Search the data for the word "below" and copy each line that has it.

= = = = = = =

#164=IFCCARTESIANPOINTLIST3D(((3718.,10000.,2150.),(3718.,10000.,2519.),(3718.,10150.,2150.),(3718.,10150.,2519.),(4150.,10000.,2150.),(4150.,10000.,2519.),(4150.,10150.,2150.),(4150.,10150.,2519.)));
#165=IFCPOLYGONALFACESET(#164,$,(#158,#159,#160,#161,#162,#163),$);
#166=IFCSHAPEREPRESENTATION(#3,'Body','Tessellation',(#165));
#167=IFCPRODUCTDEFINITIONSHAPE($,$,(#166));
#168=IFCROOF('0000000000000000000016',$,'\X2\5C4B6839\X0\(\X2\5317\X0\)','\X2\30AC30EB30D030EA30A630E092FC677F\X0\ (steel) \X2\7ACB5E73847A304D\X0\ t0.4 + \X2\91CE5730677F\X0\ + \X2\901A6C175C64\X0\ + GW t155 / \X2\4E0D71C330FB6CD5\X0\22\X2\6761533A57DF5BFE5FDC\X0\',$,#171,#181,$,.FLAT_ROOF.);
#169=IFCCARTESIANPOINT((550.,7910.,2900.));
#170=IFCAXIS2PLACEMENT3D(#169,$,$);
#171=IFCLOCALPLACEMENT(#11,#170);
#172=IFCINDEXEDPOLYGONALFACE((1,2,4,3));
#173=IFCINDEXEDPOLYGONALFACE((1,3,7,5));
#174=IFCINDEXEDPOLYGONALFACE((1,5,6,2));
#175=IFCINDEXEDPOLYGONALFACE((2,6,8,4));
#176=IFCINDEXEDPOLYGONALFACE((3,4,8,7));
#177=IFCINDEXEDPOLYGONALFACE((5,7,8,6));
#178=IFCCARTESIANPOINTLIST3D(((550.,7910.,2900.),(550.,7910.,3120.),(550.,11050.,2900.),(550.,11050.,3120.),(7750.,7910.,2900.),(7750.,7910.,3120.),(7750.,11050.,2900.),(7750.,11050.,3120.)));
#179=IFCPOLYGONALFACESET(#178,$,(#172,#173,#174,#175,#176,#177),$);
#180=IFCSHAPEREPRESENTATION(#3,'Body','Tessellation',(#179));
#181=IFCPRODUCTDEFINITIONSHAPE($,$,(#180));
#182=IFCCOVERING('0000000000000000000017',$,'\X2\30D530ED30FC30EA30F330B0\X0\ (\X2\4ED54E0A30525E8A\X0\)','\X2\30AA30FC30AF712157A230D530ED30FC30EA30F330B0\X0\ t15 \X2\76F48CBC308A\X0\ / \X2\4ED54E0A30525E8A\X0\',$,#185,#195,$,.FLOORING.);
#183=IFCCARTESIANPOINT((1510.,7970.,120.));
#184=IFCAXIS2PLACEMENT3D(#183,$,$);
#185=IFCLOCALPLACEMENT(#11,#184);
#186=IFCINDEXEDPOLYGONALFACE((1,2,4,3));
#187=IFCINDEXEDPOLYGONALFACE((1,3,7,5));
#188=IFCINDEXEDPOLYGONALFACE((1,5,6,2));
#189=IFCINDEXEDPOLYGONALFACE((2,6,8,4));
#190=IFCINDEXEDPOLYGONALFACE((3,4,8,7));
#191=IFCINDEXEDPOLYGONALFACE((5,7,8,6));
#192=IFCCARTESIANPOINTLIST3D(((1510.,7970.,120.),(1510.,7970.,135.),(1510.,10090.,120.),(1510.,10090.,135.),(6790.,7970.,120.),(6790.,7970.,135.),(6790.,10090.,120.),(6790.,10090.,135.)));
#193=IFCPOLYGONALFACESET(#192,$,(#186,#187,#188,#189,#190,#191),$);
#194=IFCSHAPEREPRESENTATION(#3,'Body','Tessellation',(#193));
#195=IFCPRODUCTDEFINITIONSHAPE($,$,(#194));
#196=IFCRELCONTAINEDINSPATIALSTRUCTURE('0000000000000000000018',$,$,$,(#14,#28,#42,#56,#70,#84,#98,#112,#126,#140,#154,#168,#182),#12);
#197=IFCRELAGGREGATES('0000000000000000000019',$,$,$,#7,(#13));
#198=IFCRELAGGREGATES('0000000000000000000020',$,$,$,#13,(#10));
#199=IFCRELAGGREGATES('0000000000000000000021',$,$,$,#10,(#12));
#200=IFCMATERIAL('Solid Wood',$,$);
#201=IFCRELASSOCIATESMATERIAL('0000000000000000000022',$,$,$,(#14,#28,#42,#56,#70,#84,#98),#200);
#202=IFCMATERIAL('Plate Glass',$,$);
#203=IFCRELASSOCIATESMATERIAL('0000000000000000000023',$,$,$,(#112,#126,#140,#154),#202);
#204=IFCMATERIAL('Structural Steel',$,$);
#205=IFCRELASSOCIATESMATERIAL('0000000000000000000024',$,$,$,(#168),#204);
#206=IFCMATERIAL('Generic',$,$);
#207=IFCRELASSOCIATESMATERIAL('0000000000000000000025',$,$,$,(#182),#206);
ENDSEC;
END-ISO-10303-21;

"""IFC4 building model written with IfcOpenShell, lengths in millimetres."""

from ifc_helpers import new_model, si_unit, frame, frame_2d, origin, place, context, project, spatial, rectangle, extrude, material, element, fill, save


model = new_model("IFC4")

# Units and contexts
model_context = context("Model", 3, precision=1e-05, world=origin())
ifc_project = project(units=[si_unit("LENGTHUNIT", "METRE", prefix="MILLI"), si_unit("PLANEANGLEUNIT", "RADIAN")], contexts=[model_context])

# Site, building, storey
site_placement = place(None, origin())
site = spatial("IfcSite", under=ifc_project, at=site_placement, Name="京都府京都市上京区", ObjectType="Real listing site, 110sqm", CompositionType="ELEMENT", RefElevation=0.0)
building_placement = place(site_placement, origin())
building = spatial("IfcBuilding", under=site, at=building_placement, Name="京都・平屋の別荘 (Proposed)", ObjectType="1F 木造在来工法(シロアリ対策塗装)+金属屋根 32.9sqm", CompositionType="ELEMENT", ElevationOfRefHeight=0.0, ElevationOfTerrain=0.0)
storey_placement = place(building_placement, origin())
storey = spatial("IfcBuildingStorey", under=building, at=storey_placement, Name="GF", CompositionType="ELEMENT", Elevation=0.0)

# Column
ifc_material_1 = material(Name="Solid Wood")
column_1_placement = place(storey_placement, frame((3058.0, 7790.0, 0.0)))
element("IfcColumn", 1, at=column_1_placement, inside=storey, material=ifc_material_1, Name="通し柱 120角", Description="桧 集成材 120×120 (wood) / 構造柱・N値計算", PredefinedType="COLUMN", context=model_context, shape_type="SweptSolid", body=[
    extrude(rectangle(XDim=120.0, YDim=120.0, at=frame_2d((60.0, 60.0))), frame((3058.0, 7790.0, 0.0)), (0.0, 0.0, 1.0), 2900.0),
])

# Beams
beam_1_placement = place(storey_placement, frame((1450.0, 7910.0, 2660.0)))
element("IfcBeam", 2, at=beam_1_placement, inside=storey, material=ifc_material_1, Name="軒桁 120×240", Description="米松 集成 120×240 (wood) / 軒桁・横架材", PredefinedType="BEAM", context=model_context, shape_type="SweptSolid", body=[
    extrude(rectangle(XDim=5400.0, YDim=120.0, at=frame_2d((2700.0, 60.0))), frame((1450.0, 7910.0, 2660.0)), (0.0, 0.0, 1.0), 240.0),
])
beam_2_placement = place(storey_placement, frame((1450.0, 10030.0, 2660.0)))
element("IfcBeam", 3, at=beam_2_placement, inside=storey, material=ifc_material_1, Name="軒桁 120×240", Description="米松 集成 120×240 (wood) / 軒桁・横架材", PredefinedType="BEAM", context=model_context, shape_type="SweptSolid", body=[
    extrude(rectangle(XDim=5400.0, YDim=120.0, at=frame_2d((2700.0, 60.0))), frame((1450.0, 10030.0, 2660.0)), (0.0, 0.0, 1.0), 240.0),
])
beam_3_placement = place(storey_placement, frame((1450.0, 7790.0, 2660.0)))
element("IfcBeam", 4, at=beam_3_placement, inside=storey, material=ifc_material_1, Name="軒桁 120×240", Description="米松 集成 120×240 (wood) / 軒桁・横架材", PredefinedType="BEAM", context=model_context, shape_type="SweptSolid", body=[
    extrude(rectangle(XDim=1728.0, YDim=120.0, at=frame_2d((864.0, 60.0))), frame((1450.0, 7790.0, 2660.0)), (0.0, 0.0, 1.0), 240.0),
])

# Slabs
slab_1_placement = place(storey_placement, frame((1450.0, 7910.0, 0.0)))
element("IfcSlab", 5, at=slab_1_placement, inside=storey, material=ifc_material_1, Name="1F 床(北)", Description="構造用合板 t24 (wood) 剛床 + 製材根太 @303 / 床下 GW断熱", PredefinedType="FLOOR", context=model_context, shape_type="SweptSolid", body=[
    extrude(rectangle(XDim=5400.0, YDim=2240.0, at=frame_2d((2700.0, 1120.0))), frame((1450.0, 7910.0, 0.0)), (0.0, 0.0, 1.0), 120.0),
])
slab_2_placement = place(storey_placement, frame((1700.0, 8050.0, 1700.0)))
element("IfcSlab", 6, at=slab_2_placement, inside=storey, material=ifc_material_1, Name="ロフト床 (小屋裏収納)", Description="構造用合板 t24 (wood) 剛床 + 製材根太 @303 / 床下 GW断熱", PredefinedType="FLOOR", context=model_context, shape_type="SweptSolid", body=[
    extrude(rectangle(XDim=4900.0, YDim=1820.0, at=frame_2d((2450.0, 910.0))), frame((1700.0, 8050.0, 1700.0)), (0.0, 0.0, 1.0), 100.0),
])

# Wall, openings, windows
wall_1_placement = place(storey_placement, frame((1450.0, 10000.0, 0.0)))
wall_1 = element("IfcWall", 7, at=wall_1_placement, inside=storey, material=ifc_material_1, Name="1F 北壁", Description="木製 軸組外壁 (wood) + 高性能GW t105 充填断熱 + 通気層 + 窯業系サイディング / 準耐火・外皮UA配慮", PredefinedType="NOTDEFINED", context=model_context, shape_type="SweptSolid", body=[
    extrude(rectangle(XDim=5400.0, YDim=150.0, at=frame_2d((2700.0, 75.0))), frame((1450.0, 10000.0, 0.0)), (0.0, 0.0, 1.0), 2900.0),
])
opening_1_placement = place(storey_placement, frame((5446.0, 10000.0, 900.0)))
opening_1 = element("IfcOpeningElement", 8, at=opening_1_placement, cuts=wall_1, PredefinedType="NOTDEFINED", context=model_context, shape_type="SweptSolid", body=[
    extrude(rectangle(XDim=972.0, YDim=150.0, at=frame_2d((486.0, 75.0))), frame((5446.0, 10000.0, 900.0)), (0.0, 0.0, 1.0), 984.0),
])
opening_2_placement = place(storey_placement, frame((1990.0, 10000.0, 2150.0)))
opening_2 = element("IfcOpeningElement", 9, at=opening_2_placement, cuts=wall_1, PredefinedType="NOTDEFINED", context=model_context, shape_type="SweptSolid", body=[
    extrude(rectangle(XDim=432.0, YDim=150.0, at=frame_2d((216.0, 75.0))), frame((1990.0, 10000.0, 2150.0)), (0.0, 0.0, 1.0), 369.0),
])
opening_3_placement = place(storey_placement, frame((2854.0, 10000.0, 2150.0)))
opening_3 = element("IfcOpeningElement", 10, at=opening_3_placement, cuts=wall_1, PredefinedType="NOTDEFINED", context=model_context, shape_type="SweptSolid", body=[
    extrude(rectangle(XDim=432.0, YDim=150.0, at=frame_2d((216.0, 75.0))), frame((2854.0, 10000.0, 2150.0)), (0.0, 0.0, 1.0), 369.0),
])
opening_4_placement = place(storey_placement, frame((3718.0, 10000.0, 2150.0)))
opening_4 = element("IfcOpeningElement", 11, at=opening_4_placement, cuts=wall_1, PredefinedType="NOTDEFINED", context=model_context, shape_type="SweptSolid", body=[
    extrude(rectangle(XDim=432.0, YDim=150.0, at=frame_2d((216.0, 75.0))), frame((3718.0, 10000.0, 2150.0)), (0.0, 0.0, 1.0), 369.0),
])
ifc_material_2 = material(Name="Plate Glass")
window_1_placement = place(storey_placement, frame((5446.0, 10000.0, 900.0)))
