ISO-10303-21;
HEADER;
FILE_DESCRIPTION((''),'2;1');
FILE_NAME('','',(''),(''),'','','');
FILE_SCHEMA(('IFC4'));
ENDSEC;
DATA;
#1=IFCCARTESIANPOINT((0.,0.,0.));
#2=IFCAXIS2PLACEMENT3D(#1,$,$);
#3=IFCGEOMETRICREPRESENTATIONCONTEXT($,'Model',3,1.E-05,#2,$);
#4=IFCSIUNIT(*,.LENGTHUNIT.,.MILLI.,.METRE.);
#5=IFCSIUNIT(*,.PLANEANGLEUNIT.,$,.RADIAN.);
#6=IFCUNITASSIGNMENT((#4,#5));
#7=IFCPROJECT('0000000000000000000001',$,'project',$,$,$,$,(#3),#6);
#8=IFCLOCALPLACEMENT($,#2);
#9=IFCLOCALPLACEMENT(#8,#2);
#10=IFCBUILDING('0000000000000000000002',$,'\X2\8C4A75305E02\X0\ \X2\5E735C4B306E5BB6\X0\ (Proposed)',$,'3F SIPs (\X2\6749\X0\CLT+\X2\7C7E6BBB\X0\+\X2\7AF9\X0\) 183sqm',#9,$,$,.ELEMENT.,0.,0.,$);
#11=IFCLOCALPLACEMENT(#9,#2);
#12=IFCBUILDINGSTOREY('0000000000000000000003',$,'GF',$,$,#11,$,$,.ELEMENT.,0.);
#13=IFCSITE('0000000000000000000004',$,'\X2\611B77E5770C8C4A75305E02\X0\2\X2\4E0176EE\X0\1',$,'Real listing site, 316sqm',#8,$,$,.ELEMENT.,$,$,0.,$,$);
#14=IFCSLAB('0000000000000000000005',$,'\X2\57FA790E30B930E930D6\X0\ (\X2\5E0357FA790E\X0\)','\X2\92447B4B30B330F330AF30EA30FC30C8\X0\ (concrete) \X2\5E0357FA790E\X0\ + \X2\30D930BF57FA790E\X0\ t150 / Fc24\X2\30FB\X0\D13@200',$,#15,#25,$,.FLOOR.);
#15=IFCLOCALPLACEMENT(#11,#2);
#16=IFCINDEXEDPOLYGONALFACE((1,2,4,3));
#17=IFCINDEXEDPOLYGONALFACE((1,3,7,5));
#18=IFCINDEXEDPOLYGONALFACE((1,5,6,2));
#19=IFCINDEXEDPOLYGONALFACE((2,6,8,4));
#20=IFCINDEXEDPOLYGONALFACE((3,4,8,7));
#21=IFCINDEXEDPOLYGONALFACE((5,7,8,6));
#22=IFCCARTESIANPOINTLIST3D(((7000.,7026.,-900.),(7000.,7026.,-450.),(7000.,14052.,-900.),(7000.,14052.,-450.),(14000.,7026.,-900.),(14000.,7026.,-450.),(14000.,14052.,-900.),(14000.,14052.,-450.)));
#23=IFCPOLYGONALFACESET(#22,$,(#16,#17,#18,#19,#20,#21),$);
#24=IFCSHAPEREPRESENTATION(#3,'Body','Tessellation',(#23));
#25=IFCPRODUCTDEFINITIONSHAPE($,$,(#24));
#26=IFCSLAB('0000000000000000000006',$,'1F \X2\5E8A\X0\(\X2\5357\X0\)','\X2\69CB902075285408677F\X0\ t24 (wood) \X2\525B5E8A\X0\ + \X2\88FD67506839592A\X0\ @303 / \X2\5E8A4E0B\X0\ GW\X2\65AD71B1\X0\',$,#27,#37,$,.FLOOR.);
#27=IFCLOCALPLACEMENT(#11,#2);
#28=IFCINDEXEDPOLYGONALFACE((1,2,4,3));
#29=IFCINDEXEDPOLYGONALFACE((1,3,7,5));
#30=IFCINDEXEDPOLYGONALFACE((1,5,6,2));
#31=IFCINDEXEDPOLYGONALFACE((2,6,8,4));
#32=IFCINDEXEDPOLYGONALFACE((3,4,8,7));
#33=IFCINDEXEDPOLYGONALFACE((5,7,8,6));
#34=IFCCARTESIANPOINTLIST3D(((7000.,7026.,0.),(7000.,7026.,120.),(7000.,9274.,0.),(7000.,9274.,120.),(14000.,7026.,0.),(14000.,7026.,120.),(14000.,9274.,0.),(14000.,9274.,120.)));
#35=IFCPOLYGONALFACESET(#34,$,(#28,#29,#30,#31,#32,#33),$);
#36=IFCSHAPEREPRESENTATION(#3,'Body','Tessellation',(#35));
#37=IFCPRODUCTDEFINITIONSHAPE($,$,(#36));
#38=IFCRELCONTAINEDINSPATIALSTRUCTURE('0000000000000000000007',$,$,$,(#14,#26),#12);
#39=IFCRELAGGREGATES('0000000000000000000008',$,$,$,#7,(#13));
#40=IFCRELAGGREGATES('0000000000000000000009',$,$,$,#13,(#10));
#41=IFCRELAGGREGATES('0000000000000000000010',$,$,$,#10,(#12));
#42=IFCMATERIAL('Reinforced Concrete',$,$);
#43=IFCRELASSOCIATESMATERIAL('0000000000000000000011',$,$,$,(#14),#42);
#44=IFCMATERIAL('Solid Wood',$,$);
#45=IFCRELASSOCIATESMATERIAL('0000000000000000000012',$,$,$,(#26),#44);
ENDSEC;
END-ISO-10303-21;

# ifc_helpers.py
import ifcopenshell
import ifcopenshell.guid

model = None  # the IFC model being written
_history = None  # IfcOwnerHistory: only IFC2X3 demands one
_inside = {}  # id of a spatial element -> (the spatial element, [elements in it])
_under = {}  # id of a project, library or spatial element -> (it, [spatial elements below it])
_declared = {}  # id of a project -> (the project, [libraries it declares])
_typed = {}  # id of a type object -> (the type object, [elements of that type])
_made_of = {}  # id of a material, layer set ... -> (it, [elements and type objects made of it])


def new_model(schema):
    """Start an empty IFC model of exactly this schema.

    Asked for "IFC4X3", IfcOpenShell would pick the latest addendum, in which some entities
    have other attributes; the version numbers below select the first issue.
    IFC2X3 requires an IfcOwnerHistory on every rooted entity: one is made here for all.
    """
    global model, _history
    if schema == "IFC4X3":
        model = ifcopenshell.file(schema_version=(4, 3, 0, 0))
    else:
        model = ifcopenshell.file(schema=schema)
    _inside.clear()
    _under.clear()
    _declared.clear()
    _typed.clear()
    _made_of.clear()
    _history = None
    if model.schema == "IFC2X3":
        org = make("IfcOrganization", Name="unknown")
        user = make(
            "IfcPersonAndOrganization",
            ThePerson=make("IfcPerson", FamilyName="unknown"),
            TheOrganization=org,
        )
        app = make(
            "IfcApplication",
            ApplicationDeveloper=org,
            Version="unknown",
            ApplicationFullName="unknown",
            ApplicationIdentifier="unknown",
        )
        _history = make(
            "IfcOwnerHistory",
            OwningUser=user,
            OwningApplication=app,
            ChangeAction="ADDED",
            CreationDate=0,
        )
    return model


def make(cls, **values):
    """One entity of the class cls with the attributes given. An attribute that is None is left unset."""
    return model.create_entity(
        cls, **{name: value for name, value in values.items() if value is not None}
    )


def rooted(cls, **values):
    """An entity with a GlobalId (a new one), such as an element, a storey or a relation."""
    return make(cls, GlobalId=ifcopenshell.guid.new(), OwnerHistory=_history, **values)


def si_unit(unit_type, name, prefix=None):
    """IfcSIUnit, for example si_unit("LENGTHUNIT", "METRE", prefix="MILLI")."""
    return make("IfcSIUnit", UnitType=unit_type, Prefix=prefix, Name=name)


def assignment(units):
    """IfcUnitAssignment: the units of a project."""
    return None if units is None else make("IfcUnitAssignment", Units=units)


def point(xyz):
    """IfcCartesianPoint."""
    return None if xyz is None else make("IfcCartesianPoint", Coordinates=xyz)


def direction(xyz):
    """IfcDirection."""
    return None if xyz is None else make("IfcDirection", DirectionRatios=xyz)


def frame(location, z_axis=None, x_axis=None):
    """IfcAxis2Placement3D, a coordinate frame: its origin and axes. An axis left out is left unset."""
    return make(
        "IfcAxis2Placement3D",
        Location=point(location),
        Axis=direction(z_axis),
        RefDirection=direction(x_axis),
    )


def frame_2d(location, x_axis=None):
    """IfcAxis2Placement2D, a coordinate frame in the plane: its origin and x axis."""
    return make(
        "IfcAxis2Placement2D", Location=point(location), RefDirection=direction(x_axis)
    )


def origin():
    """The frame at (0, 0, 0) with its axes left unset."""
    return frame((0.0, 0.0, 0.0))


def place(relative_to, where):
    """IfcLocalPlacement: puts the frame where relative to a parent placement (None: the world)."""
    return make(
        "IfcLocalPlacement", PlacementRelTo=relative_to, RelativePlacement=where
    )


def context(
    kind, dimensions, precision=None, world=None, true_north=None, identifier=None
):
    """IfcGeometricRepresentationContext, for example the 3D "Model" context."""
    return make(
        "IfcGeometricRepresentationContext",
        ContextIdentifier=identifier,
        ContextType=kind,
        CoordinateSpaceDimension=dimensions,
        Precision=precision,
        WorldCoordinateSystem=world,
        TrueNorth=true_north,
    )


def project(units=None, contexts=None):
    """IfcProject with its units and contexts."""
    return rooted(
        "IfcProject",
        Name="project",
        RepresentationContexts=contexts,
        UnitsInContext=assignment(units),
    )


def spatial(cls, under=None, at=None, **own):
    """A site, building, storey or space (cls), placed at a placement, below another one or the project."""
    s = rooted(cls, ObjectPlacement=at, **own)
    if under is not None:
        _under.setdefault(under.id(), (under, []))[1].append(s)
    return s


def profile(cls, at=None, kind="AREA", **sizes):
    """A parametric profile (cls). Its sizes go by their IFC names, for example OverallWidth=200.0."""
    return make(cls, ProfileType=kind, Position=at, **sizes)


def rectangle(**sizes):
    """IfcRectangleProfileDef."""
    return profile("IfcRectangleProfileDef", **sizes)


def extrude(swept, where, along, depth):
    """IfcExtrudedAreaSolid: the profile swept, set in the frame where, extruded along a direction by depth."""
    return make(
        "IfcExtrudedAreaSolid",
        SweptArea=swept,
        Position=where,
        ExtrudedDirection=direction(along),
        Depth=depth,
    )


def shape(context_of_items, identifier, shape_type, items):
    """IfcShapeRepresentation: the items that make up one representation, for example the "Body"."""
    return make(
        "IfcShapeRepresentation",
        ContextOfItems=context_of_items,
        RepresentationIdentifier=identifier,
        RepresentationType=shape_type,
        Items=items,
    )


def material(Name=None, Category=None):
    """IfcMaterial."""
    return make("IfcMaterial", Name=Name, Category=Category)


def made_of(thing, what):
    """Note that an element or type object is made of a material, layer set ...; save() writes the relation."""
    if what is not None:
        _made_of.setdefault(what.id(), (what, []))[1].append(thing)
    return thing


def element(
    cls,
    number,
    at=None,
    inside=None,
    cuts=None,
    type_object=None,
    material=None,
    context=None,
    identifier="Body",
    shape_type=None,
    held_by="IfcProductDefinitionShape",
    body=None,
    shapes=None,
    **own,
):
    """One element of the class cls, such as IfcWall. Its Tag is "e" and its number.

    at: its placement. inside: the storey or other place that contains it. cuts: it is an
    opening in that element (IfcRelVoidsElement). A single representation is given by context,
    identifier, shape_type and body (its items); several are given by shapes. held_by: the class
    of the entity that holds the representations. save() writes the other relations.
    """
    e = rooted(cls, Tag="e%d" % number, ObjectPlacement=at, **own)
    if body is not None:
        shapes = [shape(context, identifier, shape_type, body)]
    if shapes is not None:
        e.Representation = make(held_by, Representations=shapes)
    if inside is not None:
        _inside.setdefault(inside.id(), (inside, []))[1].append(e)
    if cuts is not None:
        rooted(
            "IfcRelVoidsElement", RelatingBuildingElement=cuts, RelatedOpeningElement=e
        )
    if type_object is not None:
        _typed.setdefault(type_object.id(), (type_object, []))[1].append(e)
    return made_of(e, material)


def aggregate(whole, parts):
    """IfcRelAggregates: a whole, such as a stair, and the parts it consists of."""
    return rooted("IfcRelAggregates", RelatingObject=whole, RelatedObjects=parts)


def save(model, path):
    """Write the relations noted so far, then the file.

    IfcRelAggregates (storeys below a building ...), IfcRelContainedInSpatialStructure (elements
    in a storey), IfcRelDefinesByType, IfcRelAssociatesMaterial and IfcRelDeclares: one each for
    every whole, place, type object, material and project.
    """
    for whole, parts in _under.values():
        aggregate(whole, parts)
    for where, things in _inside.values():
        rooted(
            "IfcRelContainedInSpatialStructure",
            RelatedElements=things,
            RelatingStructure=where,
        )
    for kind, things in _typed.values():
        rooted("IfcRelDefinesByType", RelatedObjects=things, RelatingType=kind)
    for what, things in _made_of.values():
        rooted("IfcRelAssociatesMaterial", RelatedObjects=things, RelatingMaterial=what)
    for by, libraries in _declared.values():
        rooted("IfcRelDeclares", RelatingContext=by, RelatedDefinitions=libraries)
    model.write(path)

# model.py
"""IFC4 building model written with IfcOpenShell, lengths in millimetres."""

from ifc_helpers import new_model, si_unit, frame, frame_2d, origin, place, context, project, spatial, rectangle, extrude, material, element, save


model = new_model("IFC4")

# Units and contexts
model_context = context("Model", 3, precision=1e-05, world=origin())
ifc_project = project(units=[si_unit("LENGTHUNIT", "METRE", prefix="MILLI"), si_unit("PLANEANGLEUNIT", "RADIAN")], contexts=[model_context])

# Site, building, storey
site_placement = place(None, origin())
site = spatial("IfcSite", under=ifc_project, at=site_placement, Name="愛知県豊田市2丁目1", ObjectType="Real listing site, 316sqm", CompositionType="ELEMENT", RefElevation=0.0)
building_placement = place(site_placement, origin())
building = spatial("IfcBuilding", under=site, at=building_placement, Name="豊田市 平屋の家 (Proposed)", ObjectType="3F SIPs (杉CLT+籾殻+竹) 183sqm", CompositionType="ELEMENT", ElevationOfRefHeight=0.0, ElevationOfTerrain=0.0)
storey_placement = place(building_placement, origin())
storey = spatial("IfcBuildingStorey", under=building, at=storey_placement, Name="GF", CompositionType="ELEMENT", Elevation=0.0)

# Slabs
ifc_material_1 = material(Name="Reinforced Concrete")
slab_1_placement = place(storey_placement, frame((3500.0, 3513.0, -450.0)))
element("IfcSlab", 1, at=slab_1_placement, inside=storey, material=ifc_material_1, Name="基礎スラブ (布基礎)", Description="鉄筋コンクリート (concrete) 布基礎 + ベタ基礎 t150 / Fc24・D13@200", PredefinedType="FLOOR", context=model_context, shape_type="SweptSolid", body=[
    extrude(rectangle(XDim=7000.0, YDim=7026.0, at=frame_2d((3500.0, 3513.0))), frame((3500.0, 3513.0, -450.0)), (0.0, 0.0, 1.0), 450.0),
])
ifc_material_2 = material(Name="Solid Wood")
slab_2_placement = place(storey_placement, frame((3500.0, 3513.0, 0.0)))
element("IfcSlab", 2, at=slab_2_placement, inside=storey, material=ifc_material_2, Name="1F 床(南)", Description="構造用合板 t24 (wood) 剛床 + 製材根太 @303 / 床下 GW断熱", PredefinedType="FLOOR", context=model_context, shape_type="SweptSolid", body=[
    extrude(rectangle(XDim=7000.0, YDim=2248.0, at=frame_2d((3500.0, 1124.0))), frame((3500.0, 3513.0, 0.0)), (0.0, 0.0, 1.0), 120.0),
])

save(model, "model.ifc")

= = = = = = =

**Task result**.
_under = {}  # id of a project, library or spatial element -> (it, [spatial elements below it])
    have other attributes; the version numbers below select the first issue.
    """A site, building, storey or space (cls), placed at a placement, below another one or the project."""
    IfcRelAggregates (storeys below a building ...), IfcRelContainedInSpatialStructure (elements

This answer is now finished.